How Christians have responded to the issue of immigration is often shared in articles and videos.

However, the prior question of why they should is not necessarily as easy as we might think.

And while there are people in our churches who would throw open the borders tomorrow, there are also those who – for equally well-considered reasons – would take a more cautious approach to our sense of national responsibility and local engagement.

Nailing my colors to the mast: I lean toward the first category. But I cannot deny that the issue is knotty and ambiguous. Here are a few thoughts on the complexities of loving my neighbor.

I begin here: The assumption that Old Testament laws of hospitality provide a paradigm for Christian behavior should not be accepted unthinkingly. After all, these same Old Testament texts also prescribe the annihilation of foreigners.

In the Old Testament, a surprising amount of hospitality is commanded toward the “alien” living in the land.

They were under the protection of the law (see Numbers 35:15); they were to benefit from Sabbath regulations (see Exodus 20:10); and the way was open for them to become part of the covenant community (see Numbers 15:15-16).

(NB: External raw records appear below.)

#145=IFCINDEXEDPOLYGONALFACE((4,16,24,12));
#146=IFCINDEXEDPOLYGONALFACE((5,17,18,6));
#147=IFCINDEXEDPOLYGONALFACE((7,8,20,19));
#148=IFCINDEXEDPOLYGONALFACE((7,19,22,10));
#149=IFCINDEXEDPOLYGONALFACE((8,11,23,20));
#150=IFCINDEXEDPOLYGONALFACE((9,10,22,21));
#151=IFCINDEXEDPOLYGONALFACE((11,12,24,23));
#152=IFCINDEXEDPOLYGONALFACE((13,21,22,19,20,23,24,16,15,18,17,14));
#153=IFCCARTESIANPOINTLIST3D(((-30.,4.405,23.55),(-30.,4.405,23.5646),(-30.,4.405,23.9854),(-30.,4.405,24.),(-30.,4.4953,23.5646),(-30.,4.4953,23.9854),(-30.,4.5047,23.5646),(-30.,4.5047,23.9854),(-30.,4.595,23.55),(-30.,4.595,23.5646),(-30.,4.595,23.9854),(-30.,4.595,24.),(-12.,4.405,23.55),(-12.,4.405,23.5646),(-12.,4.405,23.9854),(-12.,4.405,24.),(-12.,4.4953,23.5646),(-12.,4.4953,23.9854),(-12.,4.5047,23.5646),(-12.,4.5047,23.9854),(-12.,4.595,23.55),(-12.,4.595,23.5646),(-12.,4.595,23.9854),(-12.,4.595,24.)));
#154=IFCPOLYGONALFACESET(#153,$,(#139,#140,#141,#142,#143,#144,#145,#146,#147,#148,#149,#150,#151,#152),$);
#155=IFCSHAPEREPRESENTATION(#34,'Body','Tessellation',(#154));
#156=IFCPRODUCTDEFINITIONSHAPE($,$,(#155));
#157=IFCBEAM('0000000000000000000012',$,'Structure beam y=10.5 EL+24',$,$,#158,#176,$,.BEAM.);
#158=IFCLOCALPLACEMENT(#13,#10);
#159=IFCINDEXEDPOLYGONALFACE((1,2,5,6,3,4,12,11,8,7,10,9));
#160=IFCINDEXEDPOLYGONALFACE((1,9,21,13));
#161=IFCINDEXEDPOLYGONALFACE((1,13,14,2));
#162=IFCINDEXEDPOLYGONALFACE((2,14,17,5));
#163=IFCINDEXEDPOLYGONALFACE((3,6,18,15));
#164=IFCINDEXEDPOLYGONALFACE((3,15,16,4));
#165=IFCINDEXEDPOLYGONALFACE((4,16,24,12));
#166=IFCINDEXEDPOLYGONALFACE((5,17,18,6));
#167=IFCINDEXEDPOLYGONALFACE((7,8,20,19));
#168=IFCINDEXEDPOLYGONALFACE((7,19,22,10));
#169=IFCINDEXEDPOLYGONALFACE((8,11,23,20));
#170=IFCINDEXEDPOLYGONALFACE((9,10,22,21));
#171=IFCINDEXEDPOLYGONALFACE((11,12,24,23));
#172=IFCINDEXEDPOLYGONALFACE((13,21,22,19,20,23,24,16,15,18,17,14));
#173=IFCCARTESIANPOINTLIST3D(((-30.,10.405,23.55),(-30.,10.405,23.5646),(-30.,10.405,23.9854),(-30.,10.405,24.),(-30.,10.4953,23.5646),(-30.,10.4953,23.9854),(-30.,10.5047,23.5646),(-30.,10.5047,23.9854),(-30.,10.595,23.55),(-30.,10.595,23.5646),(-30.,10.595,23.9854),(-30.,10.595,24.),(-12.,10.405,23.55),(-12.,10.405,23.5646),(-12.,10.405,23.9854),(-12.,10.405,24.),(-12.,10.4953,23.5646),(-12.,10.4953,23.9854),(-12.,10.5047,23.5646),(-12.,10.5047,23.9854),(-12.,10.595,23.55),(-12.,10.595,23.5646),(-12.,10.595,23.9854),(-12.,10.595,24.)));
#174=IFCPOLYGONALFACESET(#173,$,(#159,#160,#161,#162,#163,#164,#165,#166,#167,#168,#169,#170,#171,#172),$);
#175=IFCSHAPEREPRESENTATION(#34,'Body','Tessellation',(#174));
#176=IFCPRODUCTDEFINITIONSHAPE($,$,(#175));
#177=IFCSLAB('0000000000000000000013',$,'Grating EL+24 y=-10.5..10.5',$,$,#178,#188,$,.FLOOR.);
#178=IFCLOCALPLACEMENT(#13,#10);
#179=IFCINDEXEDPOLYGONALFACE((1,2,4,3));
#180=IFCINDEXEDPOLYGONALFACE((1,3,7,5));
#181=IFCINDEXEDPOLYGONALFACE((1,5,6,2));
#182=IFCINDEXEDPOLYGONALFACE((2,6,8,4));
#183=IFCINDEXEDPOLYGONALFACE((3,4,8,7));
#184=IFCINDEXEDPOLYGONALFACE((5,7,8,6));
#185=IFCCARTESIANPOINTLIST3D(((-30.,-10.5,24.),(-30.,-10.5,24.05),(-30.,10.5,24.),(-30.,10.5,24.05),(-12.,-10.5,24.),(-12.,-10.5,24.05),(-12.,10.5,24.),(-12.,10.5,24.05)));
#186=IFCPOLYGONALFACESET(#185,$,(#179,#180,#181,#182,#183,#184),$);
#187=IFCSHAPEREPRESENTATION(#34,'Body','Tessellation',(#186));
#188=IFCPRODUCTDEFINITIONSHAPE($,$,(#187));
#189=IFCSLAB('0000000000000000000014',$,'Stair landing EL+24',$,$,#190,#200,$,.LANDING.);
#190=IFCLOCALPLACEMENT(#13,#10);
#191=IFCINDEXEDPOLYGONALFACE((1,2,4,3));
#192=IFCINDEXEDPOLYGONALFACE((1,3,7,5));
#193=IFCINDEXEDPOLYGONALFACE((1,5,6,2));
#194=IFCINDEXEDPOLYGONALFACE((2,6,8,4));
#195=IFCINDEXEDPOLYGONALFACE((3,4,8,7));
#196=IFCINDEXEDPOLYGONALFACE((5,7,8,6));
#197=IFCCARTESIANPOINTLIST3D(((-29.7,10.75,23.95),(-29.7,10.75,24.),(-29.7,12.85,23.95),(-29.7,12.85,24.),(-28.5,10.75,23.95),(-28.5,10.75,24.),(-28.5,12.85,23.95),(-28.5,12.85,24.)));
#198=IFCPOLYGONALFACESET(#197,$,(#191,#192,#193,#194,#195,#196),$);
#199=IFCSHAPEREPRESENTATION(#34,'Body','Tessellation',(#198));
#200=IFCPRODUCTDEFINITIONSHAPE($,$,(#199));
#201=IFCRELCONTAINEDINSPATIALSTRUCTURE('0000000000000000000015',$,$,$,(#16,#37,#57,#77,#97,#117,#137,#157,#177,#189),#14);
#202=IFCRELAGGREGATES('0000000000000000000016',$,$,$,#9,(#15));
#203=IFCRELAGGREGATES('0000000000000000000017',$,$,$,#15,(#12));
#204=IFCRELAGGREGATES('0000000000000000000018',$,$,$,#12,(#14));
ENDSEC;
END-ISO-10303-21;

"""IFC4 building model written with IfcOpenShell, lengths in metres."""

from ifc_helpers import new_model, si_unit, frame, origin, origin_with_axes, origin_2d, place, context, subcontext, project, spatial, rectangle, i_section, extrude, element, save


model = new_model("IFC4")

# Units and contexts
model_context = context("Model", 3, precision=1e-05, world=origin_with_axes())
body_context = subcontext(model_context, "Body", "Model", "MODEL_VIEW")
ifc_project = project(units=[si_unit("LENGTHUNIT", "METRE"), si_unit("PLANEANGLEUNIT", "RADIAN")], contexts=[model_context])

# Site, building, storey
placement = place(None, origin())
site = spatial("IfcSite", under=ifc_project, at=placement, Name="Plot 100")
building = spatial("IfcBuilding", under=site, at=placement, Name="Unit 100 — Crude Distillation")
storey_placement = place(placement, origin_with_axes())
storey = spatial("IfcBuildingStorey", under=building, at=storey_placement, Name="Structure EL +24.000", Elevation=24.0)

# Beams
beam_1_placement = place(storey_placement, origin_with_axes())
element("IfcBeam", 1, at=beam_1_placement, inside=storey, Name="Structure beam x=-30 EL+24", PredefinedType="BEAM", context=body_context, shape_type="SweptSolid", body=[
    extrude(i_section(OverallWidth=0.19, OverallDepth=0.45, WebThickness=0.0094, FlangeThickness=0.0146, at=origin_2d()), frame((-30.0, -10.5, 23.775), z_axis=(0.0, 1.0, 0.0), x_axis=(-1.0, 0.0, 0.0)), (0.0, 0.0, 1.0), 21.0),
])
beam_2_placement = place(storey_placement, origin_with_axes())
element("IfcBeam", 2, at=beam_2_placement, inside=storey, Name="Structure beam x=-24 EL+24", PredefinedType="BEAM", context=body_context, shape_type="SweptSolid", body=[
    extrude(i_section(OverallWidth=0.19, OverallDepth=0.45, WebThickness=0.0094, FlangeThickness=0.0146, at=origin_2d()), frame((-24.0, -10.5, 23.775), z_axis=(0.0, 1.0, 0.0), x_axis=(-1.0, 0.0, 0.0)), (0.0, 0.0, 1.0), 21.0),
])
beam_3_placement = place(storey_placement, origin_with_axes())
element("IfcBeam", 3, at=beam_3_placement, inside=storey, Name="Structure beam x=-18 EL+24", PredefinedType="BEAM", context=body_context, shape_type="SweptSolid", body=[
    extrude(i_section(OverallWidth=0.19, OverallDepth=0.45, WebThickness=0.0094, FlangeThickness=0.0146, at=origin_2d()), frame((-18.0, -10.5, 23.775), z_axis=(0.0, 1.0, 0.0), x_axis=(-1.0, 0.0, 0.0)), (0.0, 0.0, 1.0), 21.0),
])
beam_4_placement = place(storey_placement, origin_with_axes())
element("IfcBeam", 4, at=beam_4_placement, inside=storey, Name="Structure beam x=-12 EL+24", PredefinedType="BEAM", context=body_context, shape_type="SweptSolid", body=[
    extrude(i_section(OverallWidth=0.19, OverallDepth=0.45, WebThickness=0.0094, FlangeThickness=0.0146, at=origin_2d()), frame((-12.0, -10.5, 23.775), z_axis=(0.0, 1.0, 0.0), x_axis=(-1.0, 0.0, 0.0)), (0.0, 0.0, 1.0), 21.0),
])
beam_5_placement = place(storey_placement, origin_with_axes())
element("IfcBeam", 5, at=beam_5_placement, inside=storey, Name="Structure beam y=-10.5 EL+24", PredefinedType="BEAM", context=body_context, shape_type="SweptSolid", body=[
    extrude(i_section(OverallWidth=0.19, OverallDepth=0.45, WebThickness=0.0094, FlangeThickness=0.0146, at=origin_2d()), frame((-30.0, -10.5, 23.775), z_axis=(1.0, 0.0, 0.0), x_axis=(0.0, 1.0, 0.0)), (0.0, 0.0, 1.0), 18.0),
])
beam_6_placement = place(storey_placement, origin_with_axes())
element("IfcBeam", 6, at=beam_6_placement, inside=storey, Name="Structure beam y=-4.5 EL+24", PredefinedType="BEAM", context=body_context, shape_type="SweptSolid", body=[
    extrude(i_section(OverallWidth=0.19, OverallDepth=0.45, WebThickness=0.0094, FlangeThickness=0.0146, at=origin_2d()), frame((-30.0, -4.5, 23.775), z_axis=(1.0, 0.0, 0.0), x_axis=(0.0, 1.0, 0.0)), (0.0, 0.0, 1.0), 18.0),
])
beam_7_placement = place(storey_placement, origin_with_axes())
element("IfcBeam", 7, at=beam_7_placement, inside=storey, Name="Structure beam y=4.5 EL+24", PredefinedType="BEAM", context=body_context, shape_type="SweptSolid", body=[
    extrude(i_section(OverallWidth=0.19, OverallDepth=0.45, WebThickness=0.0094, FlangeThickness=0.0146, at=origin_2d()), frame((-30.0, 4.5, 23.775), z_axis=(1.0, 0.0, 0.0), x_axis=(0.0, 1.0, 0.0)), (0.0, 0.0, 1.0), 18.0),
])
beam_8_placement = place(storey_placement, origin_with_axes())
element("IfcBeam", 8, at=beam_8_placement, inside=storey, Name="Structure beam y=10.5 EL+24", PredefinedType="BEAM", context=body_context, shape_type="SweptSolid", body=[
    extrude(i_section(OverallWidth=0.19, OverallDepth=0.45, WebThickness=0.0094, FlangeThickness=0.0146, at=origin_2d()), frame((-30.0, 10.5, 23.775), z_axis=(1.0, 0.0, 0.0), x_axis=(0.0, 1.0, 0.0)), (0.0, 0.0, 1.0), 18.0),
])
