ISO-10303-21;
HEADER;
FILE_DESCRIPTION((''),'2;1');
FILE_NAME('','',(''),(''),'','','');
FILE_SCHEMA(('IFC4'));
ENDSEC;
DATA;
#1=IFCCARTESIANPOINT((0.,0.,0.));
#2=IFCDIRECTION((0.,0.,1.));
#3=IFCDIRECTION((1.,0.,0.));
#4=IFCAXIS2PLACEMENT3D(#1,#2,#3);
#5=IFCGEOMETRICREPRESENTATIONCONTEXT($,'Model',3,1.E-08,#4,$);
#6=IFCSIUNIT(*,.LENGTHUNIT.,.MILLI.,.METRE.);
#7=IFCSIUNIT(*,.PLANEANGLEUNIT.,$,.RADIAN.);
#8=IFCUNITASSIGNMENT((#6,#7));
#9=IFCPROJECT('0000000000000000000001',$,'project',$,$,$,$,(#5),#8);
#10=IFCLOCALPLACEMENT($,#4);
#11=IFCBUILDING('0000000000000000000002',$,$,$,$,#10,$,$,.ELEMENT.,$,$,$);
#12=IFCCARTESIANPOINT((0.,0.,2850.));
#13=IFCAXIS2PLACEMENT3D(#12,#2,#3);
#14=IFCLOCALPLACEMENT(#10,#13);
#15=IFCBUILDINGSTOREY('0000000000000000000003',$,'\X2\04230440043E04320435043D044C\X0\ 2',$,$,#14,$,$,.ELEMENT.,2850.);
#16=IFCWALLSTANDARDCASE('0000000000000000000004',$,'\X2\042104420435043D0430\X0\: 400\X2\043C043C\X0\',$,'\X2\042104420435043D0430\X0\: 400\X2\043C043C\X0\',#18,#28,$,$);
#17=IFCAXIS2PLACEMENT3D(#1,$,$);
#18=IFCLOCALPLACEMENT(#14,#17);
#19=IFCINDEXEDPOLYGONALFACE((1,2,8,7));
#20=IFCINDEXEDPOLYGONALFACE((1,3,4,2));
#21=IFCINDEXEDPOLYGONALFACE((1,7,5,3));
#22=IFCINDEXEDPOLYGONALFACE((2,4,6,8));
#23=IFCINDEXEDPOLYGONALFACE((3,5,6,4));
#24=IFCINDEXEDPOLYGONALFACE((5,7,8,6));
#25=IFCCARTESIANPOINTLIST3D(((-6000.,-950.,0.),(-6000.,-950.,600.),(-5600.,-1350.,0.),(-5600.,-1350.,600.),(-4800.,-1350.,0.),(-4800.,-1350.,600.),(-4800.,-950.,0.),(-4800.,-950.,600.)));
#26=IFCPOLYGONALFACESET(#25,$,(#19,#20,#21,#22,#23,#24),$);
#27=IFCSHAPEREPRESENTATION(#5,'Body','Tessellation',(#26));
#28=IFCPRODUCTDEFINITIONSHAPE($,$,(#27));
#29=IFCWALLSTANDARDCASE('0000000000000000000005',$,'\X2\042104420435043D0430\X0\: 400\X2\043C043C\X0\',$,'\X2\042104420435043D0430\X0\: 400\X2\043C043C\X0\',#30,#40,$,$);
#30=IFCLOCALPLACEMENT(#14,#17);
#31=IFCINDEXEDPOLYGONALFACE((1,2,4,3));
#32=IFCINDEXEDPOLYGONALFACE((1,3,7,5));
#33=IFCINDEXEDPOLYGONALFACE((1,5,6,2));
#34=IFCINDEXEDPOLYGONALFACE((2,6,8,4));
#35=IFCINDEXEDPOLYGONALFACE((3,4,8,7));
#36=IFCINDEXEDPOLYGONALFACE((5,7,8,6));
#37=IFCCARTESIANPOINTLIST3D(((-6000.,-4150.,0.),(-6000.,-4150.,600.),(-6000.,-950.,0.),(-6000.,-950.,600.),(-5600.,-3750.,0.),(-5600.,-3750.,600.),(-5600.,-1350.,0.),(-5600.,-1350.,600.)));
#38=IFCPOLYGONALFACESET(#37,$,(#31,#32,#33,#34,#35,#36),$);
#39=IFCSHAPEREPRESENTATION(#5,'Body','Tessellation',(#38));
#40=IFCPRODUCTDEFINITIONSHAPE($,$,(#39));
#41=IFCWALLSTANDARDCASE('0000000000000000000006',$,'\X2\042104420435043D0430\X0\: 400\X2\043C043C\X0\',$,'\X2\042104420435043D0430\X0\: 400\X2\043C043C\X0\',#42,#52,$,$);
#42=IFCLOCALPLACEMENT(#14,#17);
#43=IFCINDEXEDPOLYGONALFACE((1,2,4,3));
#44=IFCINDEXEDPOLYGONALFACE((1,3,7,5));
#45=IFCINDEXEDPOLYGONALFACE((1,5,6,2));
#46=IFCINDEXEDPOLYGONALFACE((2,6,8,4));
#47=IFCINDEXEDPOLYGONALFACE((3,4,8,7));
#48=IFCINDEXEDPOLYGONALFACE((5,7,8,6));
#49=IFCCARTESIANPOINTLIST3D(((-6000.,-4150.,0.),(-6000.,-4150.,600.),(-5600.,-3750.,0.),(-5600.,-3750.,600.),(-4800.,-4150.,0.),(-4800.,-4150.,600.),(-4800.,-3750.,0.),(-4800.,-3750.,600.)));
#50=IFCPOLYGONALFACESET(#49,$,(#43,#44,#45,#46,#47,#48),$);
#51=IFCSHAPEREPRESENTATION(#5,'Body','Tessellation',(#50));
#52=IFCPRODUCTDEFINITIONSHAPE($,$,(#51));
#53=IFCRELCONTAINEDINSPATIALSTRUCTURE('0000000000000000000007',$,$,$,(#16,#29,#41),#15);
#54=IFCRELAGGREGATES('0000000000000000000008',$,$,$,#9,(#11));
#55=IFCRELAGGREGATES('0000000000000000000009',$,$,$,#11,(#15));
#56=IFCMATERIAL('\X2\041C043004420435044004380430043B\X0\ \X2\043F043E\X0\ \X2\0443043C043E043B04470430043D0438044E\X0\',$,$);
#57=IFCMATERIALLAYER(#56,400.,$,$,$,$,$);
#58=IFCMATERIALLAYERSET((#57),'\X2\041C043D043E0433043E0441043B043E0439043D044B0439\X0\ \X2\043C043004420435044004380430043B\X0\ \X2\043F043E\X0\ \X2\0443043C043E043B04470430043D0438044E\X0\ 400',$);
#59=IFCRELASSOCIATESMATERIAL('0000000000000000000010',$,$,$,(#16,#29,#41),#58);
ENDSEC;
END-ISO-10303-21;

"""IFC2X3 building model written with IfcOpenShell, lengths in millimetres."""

from ifc_helpers import new_model, si_unit, frame, origin_with_axes, place, context, project, spatial, polyline, segment, composite_curve, outline, extrude, material, layer, layer_set, layer_usage, element, save


model = new_model("IFC2X3")

# Units and contexts
model_context = context("Model", 3, precision=1e-08, world=origin_with_axes())
ifc_project = project(units=[si_unit("LENGTHUNIT", "METRE", prefix="MILLI"), si_unit("PLANEANGLEUNIT", "RADIAN")], contexts=[model_context])

# Building, storey
building_placement = place(None, origin_with_axes())
building = spatial("IfcBuilding", under=ifc_project, at=building_placement, CompositionType="ELEMENT")
storey_placement = place(building_placement, frame((0.0, 0.0, 2850.0), z_axis=(0.0, 0.0, 1.0), x_axis=(1.0, 0.0, 0.0)))
storey = spatial("IfcBuildingStorey", under=building, at=storey_placement, Name="Уровень 2", CompositionType="ELEMENT", Elevation=2850.0)

# Walls
ifc_material_1 = material(Name="Материал по умолчанию")
ifc_layer_1 = layer(ifc_material_1, 400.0)
ifc_layer_set_1 = layer_set([ifc_layer_1], Name="Многослойный материал по умолчанию 400")
ifc_layer_usage_1 = layer_usage(ifc_layer_set_1, "AXIS2", "NEGATIVE", 400.0)
wall_1_placement = place(storey_placement, frame((-4800.0, -950.0, 0.0), z_axis=(0.0, 0.0, 1.0), x_axis=(-1.0, 0.0, 0.0)))
element("IfcWallStandardCase", 1, at=wall_1_placement, inside=storey, material=ifc_layer_usage_1, Name="Стена: 400мм", ObjectType="Стена: 400мм", context=model_context, shape_type="SweptSolid", body=[
    extrude(outline(composite_curve([segment(polyline([(0.0, 0.0), (1200.0, 0.0)]), True, "CONTINUOUS"), segment(polyline([(1200.0, 0.0), (800.0, 400.0)]), True, "CONTINUOUS"), segment(polyline([(800.0, 400.0), (0.0, 400.0)]), True, "CONTINUOUS"), segment(polyline([(0.0, 400.0), (0.0, 0.0)]), True, "CONTINUOUS")], self_intersect=False)), origin_with_axes(), (0.0, 0.0, 1.0), 600.0),
])
ifc_layer_usage_2 = layer_usage(ifc_layer_set_1, "AXIS2", "NEGATIVE", 400.0)
wall_2_placement = place(storey_placement, frame((-6000.0, -950.0, 0.0), z_axis=(0.0, 0.0, 1.0), x_axis=(0.0, -1.0, 0.0)))
element("IfcWallStandardCase", 2, at=wall_2_placement, inside=storey, material=ifc_layer_usage_2, Name="Стена: 400мм", ObjectType="Стена: 400мм", context=model_context, shape_type="SweptSolid", body=[
    extrude(outline(composite_curve([segment(polyline([(0.0, 0.0), (3200.0, 0.0)]), True, "CONTINUOUS"), segment(polyline([(3200.0, 0.0), (2800.0, 400.0)]), True, "CONTINUOUS"), segment(polyline([(2800.0, 400.0), (400.0, 400.0)]), True, "CONTINUOUS"), segment(polyline([(400.0, 400.0), (0.0, 0.0)]), True, "CONTINUOUS")], self_intersect=False)), origin_with_axes(), (0.0, 0.0, 1.0), 600.0),
])
ifc_layer_usage_3 = layer_usage(ifc_layer_set_1, "AXIS2", "NEGATIVE", 400.0)
wall_3_placement = place(storey_placement, frame((-6000.0, -4150.0, 0.0), z_axis=(0.0, 0.0, 1.0), x_axis=(1.0, 0.0, 0.0)))
element("IfcWallStandardCase", 3, at=wall_3_placement, inside=storey, material=ifc_layer_usage_3, Name="Стена: 400мм", ObjectType="Стена: 400мм", context=model_context, shape_type="SweptSolid", body=[
    extrude(outline(composite_curve([segment(polyline([(0.0, 0.0), (1200.0, 0.0)]), True, "CONTINUOUS"), segment(polyline([(1200.0, 0.0), (1200.0, 400.0)]), True, "CONTINUOUS"), segment(polyline([(1200.0, 400.0), (400.0, 400.0)]), True, "CONTINUOUS"), segment(polyline([(400.0, 400.0), (0.0, 0.0)]), True, "CONTINUOUS")], self_intersect=False)), origin_with_axes(), (0.0, 0.0, 1.0), 600.0),
])

save(model, "model.ifc")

The roots of this ethic of hospitality lie in three things: the people’s memory of their own time as aliens, their recollection of the prior hospitality of God toward them, and their self-identity as his people, called to be like him.

This rudimentary virtue ethic (an ethic derived from one’s historical narrative, one’s virtuous goal and one’s self-identity) is reflected in places within the Pauline corpus, where the imperative of how to live emerges from the indicative of what God has done for us (see Colossians 3:12).

As those who have received much, we should mirror our heavenly Father’s generosity to those around us. However, hospitality cannot be unconditional.

In the Old Testament, it is also seen as a threat to holiness because of the risk that the pagan peoples around might lead God’s people astray (see Deuteronomy 7:1-6). So, the ethic of hospitality is held in tension with the need for ethical purity.

In the New Testament, this tension is partially resolved by the example of Jesus, who shows that hospitality is not a danger to holiness, but a means of it (see Matthew 25:37-40).

Nonetheless, the threat that a guest might represent remains clear (compare 3 John 5-8 with 2 John 9-11). Hospitality always has limits.

Further, modern theorists of hospitality point out that the very offer of welcome simultaneously asserts one’s ownership of what is being shared. Surely, only divine hospitality can be entirely unconditional.

The other striking tension in the Old Testament is the ambiguity between the role of guest and host.

Consider Abraham’s reception of the three men under the tree at Mamre (Genesis 18).

Initially the host, he soon finds himself the recipient of the hospitality of the Lord. The writer to Hebrews picks up on this (see Hebrews 13:2), and the life of Jesus is characterized by encounters where he inverts the guest-host relationship.

Welcome is never a one-way phenomenon: Hospitality enriches the host as well as the guest. But even this is problematic, for there is a danger that we pursue hospitality for our own benefit.

Multiculturalism enriches us, but we must take care not to cheapen our guests’ cultures to a theme park for our amusement.

Finally, who is my neighbor? In the global village in which we live, it is hard to determine our prime areas of responsibility.

Here the words of Augustine might help us. “Since you cannot do good to all, you are to pay special regard to those who, by the accidents of time, or place, or circumstance, are brought into closer connection with you.”

This would include those on our streets and living in camps on our borders, perhaps. May we learn to navigate our way through the paradoxes of hospitality, and the tensions in our churches and our society.

Helen Paynter is a Baptist minister and lectures at a number of theological colleges and universities, based at Bristol Baptist College. She is the author of “Immigration and the Church: Reflecting Faithfully in Our Generation” (Grove). A version of this article first appeared in the Spring 2018 edition of Baptists Together magazine – a publication of the Baptist Union of Great Britain. It is used with permission. Paynter explores these themes in greater depth in her article, “Make Yourself at Home: Tensions and Paradoxes of Hospitality in Dialogue with the Bible,” which will appear in the forthcoming April/May issue of “The Bible and Critical Theory” journal.